Universal Encoding Support (UES)

This document covers the following topics:

Support for Non-Latin Character Sets
Field Format W for Wide-Character Encoding
Collation Descriptor to Support Universal Encoding
Multiple Platform Support

Support for Non-Latin Character Sets

Adabas can now use character sets other than those based on the Latin alphabet and can retrieve data that use these character sets in the correct collating sequence.

In most cases, an Asian text character cannot be encoded using a single byte. For example, Japanese with more than 10,000 characters in its set is encoded using two or more bytes per character. Because of the encoding required, these are called double-byte character sets (DBCS) or multiple-byte character sets (MBCS) as opposed to the single-byte character sets (SBCS) characteristic of most Western languages.

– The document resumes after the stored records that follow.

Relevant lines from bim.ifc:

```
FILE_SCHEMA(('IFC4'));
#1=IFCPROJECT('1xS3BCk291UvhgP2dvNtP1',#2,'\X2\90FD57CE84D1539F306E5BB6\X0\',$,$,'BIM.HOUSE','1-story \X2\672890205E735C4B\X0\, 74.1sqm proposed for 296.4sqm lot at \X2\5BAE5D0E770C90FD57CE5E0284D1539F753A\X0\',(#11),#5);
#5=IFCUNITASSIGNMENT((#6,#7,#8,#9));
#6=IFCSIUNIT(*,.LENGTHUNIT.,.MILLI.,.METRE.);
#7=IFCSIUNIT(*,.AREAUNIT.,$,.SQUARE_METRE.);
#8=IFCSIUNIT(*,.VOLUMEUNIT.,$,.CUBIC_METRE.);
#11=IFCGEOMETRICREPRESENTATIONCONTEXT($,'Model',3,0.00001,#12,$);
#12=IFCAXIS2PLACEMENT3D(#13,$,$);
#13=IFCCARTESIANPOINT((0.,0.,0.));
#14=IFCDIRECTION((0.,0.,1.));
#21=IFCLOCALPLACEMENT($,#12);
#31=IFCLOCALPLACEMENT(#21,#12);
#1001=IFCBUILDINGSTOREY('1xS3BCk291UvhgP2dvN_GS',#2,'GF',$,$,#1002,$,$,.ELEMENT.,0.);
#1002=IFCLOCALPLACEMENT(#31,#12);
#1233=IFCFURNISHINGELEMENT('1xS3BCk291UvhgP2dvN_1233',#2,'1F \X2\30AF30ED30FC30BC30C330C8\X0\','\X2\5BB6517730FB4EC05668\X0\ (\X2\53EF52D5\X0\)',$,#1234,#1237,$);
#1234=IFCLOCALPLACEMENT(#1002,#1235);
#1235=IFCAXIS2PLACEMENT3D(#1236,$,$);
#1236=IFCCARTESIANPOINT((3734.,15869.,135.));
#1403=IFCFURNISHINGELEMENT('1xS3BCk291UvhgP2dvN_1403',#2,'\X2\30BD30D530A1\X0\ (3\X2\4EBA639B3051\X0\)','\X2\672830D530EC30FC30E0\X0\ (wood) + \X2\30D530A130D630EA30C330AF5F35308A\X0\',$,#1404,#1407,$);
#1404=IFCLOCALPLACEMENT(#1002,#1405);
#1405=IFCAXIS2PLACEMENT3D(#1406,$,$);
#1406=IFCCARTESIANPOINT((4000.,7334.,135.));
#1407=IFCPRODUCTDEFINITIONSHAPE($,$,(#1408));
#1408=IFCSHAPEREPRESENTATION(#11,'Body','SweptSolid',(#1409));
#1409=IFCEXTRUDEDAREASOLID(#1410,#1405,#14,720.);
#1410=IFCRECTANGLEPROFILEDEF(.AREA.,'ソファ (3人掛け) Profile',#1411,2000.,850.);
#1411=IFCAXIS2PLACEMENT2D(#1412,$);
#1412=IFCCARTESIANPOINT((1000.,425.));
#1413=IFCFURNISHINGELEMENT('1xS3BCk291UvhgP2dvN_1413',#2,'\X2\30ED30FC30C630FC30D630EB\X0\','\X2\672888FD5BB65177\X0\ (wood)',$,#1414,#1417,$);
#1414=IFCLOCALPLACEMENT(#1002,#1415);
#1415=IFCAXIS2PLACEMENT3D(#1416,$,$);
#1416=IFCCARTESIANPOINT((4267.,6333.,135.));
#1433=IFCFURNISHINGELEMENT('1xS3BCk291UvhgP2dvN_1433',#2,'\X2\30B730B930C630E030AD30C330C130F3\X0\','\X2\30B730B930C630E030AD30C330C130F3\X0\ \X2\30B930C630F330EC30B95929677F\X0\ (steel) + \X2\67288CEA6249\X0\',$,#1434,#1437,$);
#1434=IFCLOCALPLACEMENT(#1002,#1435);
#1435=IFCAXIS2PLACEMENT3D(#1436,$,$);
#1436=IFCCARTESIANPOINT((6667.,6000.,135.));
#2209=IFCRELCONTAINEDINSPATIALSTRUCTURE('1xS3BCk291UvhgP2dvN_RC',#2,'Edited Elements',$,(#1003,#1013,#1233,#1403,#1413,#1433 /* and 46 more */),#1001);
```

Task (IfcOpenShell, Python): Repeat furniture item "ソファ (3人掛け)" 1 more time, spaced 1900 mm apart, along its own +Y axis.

```python
import ifcopenshell
import ifcopenshell.api.geometry
import ifcopenshell.api.root
import ifcopenshell.util.element
import ifcopenshell.util.placement

model = ifcopenshell.open("bim.ifc")


def reuse_history(source, copy):
    """copy_class also copies each property set's owner history, people and application; keep the originals."""
    for rel in copy.IsDefinedBy:
        if rel.is_a("IfcRelDefinesByProperties") and (history := rel.RelatingPropertyDefinition.OwnerHistory):
            rel.RelatingPropertyDefinition.OwnerHistory = source.OwnerHistory
            ifcopenshell.util.element.remove_deep2(model, history)


source = model.by_guid("1xS3BCk291UvhgP2dvN_1403")
base = ifcopenshell.util.placement.get_local_placement(source.ObjectPlacement)
step = base[:3, 1] * 1900.0

for i in range(1, 2):
    copy = ifcopenshell.api.root.copy_class(model, product=source)
    copy.Representation = ifcopenshell.util.element.copy_deep(
        model, source.Representation, exclude=["IfcGeometricRepresentationContext", "IfcRepresentationMap"]
    )
    reuse_history(source, copy)
    matrix = base.copy()
    matrix[:3, 3] += i * step
    print("added at", matrix[:3, 3].round(3) + 0.0)
    ifcopenshell.api.geometry.edit_object_placement(model, product=copy, matrix=matrix, is_si=False)

model.write("bim-out.ifc")
```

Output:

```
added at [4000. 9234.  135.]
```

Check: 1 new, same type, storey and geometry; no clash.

There has been a standardisation of these character sets by the Unicode consortium in the Unicode standard, - please refer to the Unicode homepage at http://www.unicode.org/ for further information. An example of a DBCS is UCS-2, which contains all characters of Unicode Version 1.1, and an example of an MBCS is UTF-8, which represents all characters of the current Unicode version in 1 to 4 characters.

In the figure below, the Japanese kana (first two) and kanji (second two) characters are shown in a variety of encodings:

graphics/wide_char_encoding.png

Notes:

Some character sets are platform-dependent, for example UTF-16. Software AG therefore recommends that you use UTF-16BE (high-order first) or UTF-16LE (low-order first) instead of UTF-16, since it is not possible to ensure which variant will be used if a platform dependent encoding is specified.
The length of a field will vary with the encoding used. This means there may be cases in which the specified field length for one encoding will not be sufficient with a different encoding.

Field Format W for Wide-Character Encoding

Earlier versions of Adabas stored DBCS-encoded data in alphanumeric fields, but Adabas had no knowledge of the character sets. Applications had to know which character sets were used, and the applications themselves were responsible for conversions if they required the data in another character set. This, of course, is still possible with Adabas Version 5, but it now also accommodates DBCS and MBCS much more suitably by the introduction of the wide-character or Unicode (W) field format.

The new field format W has been created to handle double- and multiple-byte characters. The size of the W-format fields in bytes, like alphanumeric fields, is either a standard length defined in the FDT or a variable length. A W-format field can have the same field options as an alphanumeric field, except for the NV option.

A W-format field can be defined as a parent of a super-/subdescriptor; it cannot be defined as a parent of a hyperdescriptor or a phonetic descriptor.

If a superdescriptor contains wide-character (W) fields, the format of the superdescriptor is A.

All data for wide-character formatted fields is stored internally in UTF-8, but the Adabas user can specify the external encoding for a user session in the record buffer of the OP command or with the compression/decompression utilities ADACMP/ADADCU.

Note:
Adabas supports Unicode on the basis of ICU (International Components of Unicode) Version 3.2 on Unix and Windows, please refer to the ICU homepage at http://www.ibm.com/software/globalization/icu for further information about ICU. Versions 3.2 is used, although newer versions are available, because Adabas stores collation keys persistantly for collation descriptors and the collation keys may be different in different versions. The consequence of upgrading to a new ICU version would be that collation descriptors of a file created with a previous version would have to be reinverted.

Collation Descriptor to Support Universal Encoding

If you have text fields, you usually do not want to order them according to their byte sequence; usually the required collation sequence is language dependent, for example, in Spanish "LL" is considered to be one character, unlike in other languages. Also, for the same language, many different collations are possible. For example, there may be different collations for phonebooks and for book indices. Uppercase/lowercase characters, hyphens in words (e.g., "coop" versus "co-op"), diacritic marks (e.g. umlauts, accent marks in such words as "résumé" versus "resume") may affect sequencing, or they may be ignored.

The sequencing rules for each collation are implemented in routines that generate a collation key for each text field value; Adabas uses ICU to do this.

A collation descriptor is a descriptor that is based on an ICU collating key for a Unicode field, where the ICU collating key is a binary string produced from the original character string by applying a Unicode Collation Algorithm and language-specific rules. When you perform a binary comparison between the collating keys produced this way for character strings, you perform a comparison between the strings that is appropriate to your locale.

Multiple Platform Support

Universal encoding support (UES) makes it possible for Adabas to process text data provided in any encoding supported by ICU, and to return text data in this encoding. With earlier versions of Adabas, it was only possible to convert data for Adabas buffers between different machine architectures (ASCII, EBCDIC) with one fixed translation table - it was not possible to convert between more than one ASCII and one EBCDIC derived character set.